Based on this structural analysis, reducing the number of the main Residual Blocks, adding more DRLMs, and reducing the complexity of the Residual Unit and the number of hidden convolutional layers and features map drastically accelerates execution speed and reduces memory management but does not substantially affect the network’s visual quality performance.

Figure 3 depicts the resulting EVC-UFV Up-sampling Filter,

Figure 3 – Structure of the EVC-UFV Up-sampling Filter

 

The parameters of the original and complexity-reduced network are given in Table 1.

 

Table 1 – Parameters of the original and the complexity-reduced network

Original Final
Residual Blocks 6 2
DRLMs per Residual Block 3 6
Residual Block per DRLM 3 3
Hidden Convolutional Layers per Residual Unit 2 1
Input Feature Maps 64 32

 

Further, by pruning the parameters and weights of the network, the network complexity is reduced by 40%. The loss in performance is less than 1% in BD-rate.

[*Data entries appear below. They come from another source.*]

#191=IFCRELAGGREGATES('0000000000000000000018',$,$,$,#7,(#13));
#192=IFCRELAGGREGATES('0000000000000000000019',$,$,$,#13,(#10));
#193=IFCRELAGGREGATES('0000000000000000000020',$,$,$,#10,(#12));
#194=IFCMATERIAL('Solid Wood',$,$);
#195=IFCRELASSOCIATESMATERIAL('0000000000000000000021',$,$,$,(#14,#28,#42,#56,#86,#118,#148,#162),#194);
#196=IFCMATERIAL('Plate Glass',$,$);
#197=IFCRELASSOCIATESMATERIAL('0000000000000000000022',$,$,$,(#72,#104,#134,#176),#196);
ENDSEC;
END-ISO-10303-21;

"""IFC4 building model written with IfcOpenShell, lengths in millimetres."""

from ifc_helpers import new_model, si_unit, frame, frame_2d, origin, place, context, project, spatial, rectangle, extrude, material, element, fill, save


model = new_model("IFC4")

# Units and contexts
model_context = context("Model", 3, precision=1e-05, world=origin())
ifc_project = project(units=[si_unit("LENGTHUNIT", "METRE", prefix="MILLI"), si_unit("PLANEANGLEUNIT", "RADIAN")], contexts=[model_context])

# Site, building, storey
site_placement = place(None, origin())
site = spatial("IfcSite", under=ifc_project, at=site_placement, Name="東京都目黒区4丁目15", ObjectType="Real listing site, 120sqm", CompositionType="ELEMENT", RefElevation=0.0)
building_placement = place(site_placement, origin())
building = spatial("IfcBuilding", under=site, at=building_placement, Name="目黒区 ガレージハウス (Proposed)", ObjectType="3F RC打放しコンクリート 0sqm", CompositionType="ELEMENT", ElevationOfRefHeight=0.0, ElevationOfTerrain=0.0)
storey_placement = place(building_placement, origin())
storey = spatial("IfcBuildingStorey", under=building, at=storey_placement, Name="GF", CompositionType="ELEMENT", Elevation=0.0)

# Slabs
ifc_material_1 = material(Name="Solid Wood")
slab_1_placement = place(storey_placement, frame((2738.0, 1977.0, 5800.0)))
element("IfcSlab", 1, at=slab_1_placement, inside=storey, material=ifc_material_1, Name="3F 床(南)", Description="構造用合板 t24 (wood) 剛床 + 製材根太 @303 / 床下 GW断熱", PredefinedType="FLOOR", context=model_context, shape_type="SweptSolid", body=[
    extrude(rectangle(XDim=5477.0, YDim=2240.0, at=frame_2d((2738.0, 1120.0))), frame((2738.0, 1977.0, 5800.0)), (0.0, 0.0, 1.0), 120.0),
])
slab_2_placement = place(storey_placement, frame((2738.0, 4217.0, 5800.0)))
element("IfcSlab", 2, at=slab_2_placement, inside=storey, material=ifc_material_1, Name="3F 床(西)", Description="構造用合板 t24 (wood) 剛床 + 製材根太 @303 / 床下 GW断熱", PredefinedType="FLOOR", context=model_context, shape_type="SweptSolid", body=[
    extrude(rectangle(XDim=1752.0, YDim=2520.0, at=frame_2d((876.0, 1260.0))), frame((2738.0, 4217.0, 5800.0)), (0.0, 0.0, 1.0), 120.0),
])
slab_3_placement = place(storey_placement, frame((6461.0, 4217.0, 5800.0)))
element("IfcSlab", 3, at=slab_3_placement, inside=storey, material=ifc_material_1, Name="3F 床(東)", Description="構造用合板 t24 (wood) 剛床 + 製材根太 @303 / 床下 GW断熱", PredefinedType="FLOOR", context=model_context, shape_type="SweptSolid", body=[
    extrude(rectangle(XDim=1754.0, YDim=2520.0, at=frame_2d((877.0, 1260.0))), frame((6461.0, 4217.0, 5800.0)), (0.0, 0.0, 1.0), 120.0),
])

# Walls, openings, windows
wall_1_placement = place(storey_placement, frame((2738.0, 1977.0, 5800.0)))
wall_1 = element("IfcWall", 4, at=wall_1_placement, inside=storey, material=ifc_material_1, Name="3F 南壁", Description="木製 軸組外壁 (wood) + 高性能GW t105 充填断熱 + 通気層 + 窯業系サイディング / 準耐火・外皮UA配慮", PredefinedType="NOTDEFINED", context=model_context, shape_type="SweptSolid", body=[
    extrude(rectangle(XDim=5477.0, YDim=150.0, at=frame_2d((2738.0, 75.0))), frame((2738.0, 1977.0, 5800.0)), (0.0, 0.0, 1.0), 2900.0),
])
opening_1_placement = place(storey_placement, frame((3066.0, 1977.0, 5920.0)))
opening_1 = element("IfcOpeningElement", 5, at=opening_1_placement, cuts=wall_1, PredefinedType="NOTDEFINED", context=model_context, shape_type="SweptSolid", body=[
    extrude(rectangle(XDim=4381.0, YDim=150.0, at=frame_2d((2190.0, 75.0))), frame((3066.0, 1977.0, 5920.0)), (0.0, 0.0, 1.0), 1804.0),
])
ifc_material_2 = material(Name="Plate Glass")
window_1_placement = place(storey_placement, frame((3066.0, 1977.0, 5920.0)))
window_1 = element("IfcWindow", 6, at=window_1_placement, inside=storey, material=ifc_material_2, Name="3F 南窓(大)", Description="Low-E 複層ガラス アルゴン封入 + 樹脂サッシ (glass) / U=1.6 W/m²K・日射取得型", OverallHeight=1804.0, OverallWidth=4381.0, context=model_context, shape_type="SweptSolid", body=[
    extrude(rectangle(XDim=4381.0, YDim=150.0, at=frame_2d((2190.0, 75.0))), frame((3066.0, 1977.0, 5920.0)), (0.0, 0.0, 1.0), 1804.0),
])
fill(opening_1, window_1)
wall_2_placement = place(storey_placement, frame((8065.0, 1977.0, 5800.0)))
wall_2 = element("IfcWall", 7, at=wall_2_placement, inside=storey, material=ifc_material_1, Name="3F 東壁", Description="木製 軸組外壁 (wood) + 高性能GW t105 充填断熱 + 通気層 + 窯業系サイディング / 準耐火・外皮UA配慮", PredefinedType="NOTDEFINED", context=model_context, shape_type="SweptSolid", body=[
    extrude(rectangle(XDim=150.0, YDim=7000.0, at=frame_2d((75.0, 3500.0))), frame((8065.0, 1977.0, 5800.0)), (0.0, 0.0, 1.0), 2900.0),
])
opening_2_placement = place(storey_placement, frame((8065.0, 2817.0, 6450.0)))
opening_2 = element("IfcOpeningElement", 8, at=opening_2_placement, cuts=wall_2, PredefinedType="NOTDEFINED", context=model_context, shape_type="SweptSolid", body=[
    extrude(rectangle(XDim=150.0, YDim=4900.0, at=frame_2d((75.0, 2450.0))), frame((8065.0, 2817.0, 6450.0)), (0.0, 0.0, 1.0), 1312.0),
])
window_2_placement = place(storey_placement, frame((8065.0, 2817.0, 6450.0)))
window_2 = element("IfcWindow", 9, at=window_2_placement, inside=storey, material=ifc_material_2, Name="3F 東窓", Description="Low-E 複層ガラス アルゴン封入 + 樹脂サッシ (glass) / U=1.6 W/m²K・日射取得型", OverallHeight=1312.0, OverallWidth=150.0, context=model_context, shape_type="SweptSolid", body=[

This is achieved, by first using the well-known DeepGraph technique, modified to work with deep-learning based up-sampling filter, understanding the dependency of the different components’ layers of the simplified deep-learning network. This facilitates grouping components sharing a common pruning approach that can be applied without introducing dimensional inconsistencies among the inputs and outputs of the layers.

Verification Tests of the technology has been performed on:

 

Standard sequences  CatRobot, FoodMarket4, ParkRunning3.
Bits/sample  8 and 10 bit-depth per component.
Colour space  YCbCr with 4:2:0 sub sampling.
Encoding technologies  AVC, HEVC, and VVC.
Encoding settings  Random Access and Low Delay at QPs 22, 27, 32, 37, 42, 47.
Up-sampling SD to HD and HD to UHD.
Metrics BD-Rate, BD-PSNR and BD-VMAF
Deep-learning structure Same for all QPs

 

Results show an impressive improvement for all coding technologies, and encoding options for all three objective metrics when compared with the currently used traditional bicubic interpolation. The results of Table 2 have been obtained foe the low-delay coding mode.

 

Table 2 – Performance of the EVC-UFV Up-sampling Filter

AVC HEVC VVC
SD to HD (using own trained filter) 14.4% 12.2% 13.8%
HD to UHD (using own trained filter) 5.6% 6% 6.5%
SD to HD (using HD to UHD filter) 14% 11.6% 11.4%

 

All results are obtained with the 40% pruned network.